# Static wireless interface also getting dhcp ip

## haven

Hi All,

For some reason on one of my machines dhcpcd is being launched on system start and is giving a wireless interface (wlan1) a dynamic ip alongside the static one that I have configured. I'd like to find out why this is happening and prevent it from doing so. Any help/advice on why this is happening would be appreciated.

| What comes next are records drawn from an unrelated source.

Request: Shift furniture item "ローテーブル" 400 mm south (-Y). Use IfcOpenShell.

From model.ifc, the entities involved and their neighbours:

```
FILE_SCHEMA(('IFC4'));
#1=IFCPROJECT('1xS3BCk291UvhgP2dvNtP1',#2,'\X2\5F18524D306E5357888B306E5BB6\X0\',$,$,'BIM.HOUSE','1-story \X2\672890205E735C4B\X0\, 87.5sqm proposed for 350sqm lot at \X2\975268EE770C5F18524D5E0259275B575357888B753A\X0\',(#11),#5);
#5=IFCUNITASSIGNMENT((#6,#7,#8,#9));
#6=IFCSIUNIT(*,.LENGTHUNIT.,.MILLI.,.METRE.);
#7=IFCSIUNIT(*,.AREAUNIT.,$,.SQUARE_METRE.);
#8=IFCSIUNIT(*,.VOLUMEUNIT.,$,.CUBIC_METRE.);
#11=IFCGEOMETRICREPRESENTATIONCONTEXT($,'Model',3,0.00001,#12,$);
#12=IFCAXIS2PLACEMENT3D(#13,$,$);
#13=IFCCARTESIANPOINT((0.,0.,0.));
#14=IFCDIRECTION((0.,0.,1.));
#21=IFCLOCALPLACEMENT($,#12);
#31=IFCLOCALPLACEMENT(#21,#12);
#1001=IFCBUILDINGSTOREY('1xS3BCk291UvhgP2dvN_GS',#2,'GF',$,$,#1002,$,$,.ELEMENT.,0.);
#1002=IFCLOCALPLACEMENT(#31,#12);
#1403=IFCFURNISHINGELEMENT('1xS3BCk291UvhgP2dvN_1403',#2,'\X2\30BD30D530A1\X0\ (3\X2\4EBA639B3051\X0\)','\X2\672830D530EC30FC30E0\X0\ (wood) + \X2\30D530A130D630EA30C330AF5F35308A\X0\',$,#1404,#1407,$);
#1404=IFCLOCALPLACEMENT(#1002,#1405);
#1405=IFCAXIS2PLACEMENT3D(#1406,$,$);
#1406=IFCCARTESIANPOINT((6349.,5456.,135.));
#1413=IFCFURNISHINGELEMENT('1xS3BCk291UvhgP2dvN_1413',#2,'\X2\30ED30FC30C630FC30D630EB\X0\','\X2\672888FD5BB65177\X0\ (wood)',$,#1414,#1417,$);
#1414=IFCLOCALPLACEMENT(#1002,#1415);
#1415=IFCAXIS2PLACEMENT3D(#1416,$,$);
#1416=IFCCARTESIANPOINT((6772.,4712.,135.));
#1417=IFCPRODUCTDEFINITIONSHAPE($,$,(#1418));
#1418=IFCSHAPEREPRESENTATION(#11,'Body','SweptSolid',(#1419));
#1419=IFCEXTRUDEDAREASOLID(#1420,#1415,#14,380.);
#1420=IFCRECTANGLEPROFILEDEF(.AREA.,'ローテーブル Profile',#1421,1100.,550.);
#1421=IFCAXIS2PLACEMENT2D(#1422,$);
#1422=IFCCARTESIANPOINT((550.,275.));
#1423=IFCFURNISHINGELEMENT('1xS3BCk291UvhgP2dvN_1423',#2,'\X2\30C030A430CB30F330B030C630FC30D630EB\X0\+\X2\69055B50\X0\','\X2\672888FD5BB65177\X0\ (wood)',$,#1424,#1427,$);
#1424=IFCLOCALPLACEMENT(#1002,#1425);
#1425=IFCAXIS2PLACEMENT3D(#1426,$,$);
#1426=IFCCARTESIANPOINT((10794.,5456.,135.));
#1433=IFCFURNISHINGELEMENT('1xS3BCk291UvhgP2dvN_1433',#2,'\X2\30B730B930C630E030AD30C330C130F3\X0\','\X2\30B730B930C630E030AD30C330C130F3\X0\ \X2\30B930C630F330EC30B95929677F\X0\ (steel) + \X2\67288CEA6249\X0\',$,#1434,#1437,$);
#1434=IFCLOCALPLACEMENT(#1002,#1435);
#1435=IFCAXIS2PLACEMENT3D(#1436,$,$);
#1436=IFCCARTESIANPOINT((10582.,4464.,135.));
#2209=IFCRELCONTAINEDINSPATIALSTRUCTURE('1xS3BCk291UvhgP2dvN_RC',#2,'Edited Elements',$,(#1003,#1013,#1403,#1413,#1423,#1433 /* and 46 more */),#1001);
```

```python
import ifcopenshell
import ifcopenshell.api.geometry
import ifcopenshell.util.placement

model = ifcopenshell.open("model.ifc")

item = model.by_guid("1xS3BCk291UvhgP2dvN_1413")
matrix = ifcopenshell.util.placement.get_local_placement(item.ObjectPlacement)
matrix[1, 3] -= 400.0
ifcopenshell.api.geometry.edit_object_placement(model, product=item, matrix=matrix, is_si=False)

print(ifcopenshell.util.placement.get_local_placement(item.ObjectPlacement).round(3) + 0.0)

model.write("model_v2.ifc")
```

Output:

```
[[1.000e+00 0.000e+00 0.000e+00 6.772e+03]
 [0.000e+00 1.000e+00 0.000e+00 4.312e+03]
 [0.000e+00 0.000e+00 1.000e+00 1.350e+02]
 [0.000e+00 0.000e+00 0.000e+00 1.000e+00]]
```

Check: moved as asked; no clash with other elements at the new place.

The relevant section from /etc/conf.d/net:

```
# Wireless client mode:

config_wlan1=( "192.168.100.2 netmask 255.255.255.0 broadcast 192.168.100.255" )

iwconfig_wlan1="mode managed"

scan_mode_wlan1="Ad-Hoc"

wpa_supplicant_wlan1="-Dwext"

modules_wlan1=( "wpa_supplicant" )

wpa_timeout_wlan1=60

associate_order_wlan1="forcepreferredonly"

prefered_aps_wlan1=( "<home>" )

```

A quick grep in /etc/init.d shows thats its most likely being pulled up by wpa_supplicant but I'm guessing here:

```
nostromo init.d # grep dhcpcd *

dhcpcd:command=/sbin/dhcpcd

dhcpcd:pidfile=/var/run/dhcpcd.pid

wpa_supplicant: before dns dhcpcd net

```

dhcpcd is not enabled in rc-update.

This is resulting in the interface having both the static ip (192.168.100.2) alongside a dynamic ip (192.168.100.39):

```
   wlan1: <BROADCAST,MULTICAST,UP,LOWER_UP> mtu 1458 qdisc mq state UP qlen 1000

    link/ether 00:1f:1f:34:4a:c5 brd ff:ff:ff:ff:ff:ff

    inet 192.168.100.2/24 brd 192.168.100.255 scope global wlan1

    inet 192.168.100.39/24 brd 192.168.100.255 scope global secondary wlan1

    inet6 fe80::21f:1fff:fe34:4ac5/64 scope link 

    valid_lft forever preferred_lft forever

```

If it is being pulled in via wpa_supplicant then any advice on how to prevent this happening would be appreciated.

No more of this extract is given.